Unlock the strategies to protect your software against threats with advanced security testing.

Technology
10 min read
Security Testing Software Testing

Today’s cyber landscape is unforgiving. Proactive application security testing, embedded within a rigorous software testing program, is now the first real line of defense.

By scrutinizing code, configurations, and runtime behavior before each release, engineering leaders convert invisible risks into actionable tasks: preserving revenue, reputation, and customer confidence.

Security Testing is Not Optional

Security testing has moved from optional hygiene to a board-mandated practice. Compliance frameworks such as SOC 2, ISO 27001, and HIPAA all require proof of secure development. When security testing is woven into every phase of the software development lifecycle (SDLC), teams can demonstrate the integrity, confidentiality, and non-repudiation controls regulators expect and customers demand.

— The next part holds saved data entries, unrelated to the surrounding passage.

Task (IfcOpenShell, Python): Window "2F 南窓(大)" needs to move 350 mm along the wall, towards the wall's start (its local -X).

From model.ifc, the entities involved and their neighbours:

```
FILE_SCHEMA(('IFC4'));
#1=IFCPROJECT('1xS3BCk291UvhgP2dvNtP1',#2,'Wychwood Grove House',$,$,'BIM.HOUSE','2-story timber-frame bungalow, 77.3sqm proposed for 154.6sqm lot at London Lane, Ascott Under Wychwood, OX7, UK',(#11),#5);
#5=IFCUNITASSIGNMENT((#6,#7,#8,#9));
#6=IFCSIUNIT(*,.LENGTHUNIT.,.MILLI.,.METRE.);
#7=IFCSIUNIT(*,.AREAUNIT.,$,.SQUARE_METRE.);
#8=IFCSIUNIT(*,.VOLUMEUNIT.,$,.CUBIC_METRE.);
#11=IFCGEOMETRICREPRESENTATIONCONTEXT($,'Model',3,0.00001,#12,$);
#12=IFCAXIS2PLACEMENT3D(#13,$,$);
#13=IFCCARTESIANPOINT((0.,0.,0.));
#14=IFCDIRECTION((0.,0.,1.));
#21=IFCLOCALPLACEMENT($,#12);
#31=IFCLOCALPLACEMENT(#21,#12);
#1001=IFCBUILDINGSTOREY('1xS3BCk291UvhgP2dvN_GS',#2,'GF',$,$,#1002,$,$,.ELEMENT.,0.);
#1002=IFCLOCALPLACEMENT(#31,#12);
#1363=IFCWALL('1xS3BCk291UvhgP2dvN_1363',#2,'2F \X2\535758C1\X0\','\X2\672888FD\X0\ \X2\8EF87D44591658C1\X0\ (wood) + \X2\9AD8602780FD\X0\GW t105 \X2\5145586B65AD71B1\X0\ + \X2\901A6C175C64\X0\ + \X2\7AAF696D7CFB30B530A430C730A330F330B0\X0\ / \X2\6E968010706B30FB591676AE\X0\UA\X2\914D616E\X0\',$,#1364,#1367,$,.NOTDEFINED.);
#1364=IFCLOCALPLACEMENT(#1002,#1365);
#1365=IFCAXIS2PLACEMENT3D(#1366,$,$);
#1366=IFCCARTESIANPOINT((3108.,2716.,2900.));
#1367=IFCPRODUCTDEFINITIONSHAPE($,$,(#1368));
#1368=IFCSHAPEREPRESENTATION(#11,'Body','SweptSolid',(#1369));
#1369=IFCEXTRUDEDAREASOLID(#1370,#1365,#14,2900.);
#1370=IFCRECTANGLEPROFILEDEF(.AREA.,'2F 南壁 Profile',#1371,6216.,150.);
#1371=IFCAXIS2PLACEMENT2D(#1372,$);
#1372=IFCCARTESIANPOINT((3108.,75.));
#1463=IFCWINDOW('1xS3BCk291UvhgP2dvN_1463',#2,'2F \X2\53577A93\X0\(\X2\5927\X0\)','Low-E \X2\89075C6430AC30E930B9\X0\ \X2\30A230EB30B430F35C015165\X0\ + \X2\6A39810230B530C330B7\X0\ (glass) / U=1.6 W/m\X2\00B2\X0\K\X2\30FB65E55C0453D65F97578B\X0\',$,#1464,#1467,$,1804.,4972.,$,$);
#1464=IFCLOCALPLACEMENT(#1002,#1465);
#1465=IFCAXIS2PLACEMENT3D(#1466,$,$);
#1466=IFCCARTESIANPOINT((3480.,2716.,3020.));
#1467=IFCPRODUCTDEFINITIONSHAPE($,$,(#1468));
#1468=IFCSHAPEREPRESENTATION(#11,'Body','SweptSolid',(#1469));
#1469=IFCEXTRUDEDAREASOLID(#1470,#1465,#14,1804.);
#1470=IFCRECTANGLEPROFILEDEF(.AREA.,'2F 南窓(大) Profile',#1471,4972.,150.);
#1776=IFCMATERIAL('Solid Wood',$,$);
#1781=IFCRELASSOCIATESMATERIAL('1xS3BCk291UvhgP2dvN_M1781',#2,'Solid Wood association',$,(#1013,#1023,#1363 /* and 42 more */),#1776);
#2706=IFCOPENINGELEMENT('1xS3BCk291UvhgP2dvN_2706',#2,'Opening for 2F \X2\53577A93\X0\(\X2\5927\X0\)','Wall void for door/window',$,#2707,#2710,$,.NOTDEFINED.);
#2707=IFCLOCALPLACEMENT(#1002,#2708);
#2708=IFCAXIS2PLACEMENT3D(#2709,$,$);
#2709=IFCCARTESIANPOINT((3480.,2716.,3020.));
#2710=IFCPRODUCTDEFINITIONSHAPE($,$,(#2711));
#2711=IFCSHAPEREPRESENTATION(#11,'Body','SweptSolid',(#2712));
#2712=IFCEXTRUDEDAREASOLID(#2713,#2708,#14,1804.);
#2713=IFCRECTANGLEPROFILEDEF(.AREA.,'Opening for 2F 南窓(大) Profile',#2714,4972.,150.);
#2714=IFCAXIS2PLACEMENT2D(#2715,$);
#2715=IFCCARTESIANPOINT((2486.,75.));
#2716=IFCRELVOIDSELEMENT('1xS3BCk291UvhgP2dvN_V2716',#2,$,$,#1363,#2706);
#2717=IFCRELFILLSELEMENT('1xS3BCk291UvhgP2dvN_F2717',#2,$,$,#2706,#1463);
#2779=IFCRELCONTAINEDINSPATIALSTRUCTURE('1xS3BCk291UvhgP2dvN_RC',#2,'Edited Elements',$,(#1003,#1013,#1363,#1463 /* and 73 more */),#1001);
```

```python
import ifcopenshell
import ifcopenshell.api.geometry
import ifcopenshell.util.placement
import ifcopenshell.util.unit

model = ifcopenshell.open("model.ifc")
unit_scale = ifcopenshell.util.unit.calculate_unit_scale(model)

window = model.by_guid("1xS3BCk291UvhgP2dvN_1463")
opening = window.FillsVoids[0].RelatingOpeningElement
wall = opening.VoidsElements[0].RelatingBuildingElement

wall_matrix = ifcopenshell.util.placement.get_local_placement(wall.ObjectPlacement)
shift = wall_matrix[:3, 0] * -0.35 / unit_scale
before = ifcopenshell.util.placement.get_local_placement(window.ObjectPlacement)[:3, 3].copy()

# The window is not placed relative to its opening, so move both.
for product in (opening, window):
    matrix = ifcopenshell.util.placement.get_local_placement(product.ObjectPlacement)
    matrix[:3, 3] += shift
    ifcopenshell.api.geometry.edit_object_placement(model, product=product, matrix=matrix, is_si=False)

after = ifcopenshell.util.placement.get_local_placement(window.ObjectPlacement)[:3, 3]
print("window moved by", (after - before).round(3) + 0.0)

model.write("model_v2.ifc")
```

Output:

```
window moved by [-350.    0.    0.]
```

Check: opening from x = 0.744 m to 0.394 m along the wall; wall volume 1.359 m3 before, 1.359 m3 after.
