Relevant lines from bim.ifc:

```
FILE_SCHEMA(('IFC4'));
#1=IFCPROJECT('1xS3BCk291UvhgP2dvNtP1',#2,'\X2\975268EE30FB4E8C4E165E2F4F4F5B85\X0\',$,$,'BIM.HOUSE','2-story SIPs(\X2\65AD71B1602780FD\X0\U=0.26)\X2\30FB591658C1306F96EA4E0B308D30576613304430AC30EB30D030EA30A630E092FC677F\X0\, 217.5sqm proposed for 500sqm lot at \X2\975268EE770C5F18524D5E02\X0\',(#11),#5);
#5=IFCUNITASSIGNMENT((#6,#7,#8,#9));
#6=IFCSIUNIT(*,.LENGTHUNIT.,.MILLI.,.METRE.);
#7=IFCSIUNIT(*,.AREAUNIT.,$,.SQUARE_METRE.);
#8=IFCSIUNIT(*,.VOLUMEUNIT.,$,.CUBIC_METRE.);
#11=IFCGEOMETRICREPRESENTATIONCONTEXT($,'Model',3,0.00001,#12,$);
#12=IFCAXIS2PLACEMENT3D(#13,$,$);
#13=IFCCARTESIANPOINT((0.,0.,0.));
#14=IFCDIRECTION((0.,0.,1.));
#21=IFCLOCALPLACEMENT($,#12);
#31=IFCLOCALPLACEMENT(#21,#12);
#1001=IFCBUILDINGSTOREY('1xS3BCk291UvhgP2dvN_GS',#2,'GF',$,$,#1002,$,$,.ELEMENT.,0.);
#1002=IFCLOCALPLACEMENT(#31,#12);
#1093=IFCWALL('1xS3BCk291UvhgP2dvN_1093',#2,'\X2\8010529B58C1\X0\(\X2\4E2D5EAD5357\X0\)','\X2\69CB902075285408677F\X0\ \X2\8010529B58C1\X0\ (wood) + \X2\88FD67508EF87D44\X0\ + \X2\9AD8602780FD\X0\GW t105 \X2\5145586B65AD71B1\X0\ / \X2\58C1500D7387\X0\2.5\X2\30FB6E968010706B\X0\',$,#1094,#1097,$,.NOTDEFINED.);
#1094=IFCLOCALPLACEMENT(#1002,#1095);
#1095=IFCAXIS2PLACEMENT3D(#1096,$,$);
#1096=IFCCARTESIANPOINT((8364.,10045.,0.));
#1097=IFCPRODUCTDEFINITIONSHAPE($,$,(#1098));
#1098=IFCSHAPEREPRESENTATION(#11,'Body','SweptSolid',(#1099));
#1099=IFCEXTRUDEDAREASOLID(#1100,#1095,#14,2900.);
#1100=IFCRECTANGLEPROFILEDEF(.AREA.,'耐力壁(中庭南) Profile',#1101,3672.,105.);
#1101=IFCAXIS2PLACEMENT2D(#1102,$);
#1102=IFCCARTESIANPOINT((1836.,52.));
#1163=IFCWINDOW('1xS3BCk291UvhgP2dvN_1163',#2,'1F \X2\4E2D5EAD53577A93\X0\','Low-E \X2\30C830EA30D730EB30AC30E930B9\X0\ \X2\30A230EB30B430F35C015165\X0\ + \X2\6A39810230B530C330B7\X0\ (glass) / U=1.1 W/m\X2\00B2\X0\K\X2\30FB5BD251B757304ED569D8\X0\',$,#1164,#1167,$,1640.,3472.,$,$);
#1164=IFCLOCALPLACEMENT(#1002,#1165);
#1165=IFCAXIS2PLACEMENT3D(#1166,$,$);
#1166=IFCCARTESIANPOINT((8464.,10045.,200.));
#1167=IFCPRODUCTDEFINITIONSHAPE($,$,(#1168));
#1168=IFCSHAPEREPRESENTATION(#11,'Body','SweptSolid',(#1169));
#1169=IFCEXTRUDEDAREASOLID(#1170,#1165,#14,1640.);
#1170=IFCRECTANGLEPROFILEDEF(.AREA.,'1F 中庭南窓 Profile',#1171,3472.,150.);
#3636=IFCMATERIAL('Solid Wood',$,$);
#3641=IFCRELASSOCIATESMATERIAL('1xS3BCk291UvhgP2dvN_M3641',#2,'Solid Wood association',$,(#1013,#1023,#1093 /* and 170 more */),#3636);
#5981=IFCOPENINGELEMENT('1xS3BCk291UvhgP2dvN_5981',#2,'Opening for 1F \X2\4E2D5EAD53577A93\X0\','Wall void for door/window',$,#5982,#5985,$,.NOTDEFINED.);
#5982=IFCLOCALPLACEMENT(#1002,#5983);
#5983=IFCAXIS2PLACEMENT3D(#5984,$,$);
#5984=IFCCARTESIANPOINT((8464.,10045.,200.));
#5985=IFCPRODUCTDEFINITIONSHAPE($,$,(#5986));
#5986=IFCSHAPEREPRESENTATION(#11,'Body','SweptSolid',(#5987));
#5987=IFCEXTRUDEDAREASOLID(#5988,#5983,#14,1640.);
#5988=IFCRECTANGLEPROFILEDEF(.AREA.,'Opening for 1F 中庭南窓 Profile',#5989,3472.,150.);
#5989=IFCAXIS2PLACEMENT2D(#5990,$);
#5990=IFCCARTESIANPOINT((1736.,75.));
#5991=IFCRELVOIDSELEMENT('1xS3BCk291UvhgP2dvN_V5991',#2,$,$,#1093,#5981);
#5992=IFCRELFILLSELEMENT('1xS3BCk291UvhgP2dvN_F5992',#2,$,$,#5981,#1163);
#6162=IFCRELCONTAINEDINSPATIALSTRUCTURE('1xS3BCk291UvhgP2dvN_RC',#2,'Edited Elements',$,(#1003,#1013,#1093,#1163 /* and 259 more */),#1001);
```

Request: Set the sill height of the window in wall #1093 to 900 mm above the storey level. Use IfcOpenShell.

```python
import numpy as np
import ifcopenshell
import ifcopenshell.api.geometry
import ifcopenshell.geom
import ifcopenshell.util.element
import ifcopenshell.util.placement
import ifcopenshell.util.shape
import ifcopenshell.util.unit

model = ifcopenshell.open("bim.ifc")
unit_scale = ifcopenshell.util.unit.calculate_unit_scale(model)

window = model.by_id(1163)
opening = window.FillsVoids[0].RelatingOpeningElement
storey = ifcopenshell.util.element.get_container(window, ifc_class="IfcBuildingStorey")
level = ifcopenshell.util.placement.get_local_placement(storey.ObjectPlacement)[2, 3]

# The opening's origin need not be at the sill, so measure its lowest point.
shape = ifcopenshell.geom.create_shape(ifcopenshell.geom.settings(), opening)
bottom = ifcopenshell.util.shape.get_shape_bottom_elevation(shape, shape.geometry) / unit_scale
dz = level + 900.0 - bottom

shift = np.array([0.0, 0.0, dz])
# The window is not placed relative to its opening, so move both.
for product in (opening, window):
    matrix = ifcopenshell.util.placement.get_local_placement(product.ObjectPlacement)
    matrix[:3, 3] += shift
    ifcopenshell.api.geometry.edit_object_placement(model, product=product, matrix=matrix, is_si=False)

print(f"moved by {dz * unit_scale:+.3f} m")

model.write("bim_updated.ifc")
```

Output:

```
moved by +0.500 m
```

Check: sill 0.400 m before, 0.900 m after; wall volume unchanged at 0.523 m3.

The Rise of Security Threats

The urgency is unmistakable.

Timeline of data breaches and security incidents showing rising costs and sensitive data exposure from 2020 to 2023.

Analysts project cyber-criminals will have stolen more than 33 billion records during 2023, a 175 percent surge in just five years. According to Statista, in 2022, 422 million individuals felt the impact of breaches, leaks, or exposures. These figures translate directly into business risk: the global average cost of a data breach reached $4.45 million in 2023—up 15 percent since 2020.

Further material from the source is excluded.